What needs to be done:
Copy nothing from the entries below except the lines from the one containing "#153=IFCINDEXEDPOLYGONALFACE((3,4,8,7));" through the one containing "#161=IFCRELAGGREGATES('0000000000000000000007',$,$,$,#11,(#19));", and copy those exactly.

[[ Exercise data open ]]

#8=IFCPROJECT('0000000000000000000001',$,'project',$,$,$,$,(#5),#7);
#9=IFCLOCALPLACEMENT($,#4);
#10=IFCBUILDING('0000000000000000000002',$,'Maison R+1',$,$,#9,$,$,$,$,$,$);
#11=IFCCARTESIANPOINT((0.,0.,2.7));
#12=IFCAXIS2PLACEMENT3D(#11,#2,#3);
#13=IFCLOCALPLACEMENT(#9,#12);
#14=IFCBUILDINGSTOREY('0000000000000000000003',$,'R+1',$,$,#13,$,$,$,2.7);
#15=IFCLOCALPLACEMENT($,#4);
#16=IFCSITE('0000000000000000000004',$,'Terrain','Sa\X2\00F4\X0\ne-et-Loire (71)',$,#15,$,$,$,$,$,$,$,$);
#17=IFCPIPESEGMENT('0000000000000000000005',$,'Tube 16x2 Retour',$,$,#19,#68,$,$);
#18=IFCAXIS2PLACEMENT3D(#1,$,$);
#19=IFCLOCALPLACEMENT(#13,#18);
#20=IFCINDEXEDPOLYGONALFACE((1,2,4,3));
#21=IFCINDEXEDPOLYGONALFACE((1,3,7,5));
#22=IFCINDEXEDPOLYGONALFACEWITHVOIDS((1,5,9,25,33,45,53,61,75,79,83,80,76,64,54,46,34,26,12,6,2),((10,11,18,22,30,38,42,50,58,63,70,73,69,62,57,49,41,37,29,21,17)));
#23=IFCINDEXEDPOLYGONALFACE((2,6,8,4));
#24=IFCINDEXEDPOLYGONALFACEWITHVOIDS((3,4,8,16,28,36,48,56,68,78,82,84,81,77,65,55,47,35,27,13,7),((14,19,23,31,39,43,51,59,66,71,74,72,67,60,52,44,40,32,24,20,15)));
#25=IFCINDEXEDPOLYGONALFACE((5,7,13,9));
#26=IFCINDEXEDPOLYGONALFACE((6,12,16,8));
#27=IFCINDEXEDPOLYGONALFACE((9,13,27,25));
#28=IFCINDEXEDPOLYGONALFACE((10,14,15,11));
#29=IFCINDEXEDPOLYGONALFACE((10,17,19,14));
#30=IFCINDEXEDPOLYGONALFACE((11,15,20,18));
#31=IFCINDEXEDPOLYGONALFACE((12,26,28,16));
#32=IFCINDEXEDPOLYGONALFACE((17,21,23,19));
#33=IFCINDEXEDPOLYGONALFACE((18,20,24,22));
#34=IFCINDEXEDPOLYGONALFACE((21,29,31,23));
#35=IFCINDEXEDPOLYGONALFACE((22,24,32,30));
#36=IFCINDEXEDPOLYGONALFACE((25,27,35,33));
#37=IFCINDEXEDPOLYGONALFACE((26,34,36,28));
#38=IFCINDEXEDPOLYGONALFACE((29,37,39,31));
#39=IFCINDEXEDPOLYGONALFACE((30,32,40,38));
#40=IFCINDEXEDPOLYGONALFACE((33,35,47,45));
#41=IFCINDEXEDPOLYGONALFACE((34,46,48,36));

[[ Exercise data closed ]]
[[ Exercise data open ]]

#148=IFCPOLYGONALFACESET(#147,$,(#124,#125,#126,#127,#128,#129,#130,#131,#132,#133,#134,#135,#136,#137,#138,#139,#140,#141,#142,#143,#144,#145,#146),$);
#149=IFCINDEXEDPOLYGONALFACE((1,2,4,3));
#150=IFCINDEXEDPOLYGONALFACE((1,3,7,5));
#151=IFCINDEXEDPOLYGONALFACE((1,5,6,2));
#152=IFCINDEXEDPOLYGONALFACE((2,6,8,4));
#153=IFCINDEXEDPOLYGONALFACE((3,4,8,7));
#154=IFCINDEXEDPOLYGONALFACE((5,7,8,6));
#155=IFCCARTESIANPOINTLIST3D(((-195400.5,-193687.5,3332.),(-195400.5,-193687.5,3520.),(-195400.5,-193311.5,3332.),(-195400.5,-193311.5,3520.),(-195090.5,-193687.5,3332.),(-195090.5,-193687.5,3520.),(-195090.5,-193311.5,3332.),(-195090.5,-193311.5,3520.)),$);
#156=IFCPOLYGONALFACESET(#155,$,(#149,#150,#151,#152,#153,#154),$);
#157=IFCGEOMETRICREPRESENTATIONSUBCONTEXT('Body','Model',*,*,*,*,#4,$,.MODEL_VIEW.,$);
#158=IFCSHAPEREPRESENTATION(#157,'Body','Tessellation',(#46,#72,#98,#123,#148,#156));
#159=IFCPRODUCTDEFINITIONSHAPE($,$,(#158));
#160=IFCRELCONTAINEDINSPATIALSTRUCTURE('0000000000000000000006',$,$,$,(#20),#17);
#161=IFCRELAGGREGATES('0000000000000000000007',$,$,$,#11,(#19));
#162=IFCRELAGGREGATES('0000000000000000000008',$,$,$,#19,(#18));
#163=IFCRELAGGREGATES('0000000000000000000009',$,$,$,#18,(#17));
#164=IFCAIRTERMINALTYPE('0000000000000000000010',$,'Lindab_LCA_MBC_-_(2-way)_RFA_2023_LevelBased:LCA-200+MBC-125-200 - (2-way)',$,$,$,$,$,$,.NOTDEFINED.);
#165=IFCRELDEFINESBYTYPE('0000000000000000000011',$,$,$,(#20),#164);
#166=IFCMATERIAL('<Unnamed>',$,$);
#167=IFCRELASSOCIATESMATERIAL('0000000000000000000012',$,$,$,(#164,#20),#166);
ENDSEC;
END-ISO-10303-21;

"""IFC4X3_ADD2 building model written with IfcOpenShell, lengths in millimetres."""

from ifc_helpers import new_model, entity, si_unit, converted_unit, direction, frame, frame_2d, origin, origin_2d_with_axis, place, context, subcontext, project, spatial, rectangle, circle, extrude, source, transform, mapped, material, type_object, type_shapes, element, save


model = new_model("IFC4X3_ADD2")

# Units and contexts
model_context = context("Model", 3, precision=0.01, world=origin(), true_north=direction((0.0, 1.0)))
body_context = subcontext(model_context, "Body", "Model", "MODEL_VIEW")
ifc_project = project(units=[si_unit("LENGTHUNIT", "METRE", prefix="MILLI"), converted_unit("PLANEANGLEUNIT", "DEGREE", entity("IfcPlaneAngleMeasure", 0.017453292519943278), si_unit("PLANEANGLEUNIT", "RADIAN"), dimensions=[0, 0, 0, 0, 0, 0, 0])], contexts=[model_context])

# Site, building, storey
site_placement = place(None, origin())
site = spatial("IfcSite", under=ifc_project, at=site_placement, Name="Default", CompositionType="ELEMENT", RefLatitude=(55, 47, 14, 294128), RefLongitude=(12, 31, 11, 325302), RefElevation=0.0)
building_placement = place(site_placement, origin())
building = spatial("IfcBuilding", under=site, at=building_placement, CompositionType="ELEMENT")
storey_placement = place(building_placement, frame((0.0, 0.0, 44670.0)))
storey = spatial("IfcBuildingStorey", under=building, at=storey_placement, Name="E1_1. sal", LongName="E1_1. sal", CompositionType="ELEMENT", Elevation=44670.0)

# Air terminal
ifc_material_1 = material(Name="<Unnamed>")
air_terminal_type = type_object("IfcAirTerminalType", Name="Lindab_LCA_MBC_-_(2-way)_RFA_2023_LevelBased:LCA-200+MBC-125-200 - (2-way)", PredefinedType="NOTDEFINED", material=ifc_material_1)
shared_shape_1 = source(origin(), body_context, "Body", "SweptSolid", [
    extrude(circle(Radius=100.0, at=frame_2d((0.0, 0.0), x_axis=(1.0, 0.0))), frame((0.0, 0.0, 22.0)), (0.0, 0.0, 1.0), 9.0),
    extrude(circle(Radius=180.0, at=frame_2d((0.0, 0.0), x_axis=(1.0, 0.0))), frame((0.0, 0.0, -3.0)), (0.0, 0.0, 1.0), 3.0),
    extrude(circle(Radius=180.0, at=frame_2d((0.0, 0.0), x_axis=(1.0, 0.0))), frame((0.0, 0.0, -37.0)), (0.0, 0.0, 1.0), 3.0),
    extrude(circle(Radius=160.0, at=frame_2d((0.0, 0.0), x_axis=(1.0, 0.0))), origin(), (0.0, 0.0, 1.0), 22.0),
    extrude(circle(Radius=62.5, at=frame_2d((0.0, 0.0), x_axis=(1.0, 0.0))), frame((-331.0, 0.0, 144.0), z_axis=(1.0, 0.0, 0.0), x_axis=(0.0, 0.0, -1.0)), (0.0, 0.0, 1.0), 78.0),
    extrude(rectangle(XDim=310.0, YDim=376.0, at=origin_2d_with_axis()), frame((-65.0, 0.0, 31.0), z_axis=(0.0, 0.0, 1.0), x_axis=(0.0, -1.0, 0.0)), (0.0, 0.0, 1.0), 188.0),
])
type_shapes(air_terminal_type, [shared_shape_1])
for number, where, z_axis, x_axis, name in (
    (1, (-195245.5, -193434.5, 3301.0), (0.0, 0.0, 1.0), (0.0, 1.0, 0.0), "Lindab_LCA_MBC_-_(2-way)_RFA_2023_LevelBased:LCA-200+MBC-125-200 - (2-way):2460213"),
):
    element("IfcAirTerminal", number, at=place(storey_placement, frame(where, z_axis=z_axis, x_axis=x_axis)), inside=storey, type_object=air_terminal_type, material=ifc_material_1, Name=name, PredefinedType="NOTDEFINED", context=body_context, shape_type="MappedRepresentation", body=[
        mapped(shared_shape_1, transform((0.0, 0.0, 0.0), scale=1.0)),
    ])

[[ Exercise data closed ]]

Output of the task:
#153=IFCINDEXEDPOLYGONALFACE((3,4,8,7));
#154=IFCINDEXEDPOLYGONALFACE((5,7,8,6));
#155=IFCCARTESIANPOINTLIST3D(((-195400.5,-193687.5,3332.),(-195400.5,-193687.5,3520.),(-195400.5,-193311.5,3332.),(-195400.5,-193311.5,3520.),(-195090.5,-193687.5,3332.),(-195090.5,-193687.5,3520.),(-195090.5,-193311.5,3332.),(-195090.5,-193311.5,3520.)),$);
#156=IFCPOLYGONALFACESET(#155,$,(#149,#150,#151,#152,#153,#154),$);
#157=IFCGEOMETRICREPRESENTATIONSUBCONTEXT('Body','Model',*,*,*,*,#4,$,.MODEL_VIEW.,$);
#158=IFCSHAPEREPRESENTATION(#157,'Body','Tessellation',(#46,#72,#98,#123,#148,#156));
#159=IFCPRODUCTDEFINITIONSHAPE($,$,(#158));
#160=IFCRELCONTAINEDINSPATIALSTRUCTURE('0000000000000000000006',$,$,$,(#20),#17);
#161=IFCRELAGGREGATES('0000000000000000000007',$,$,$,#11,(#19));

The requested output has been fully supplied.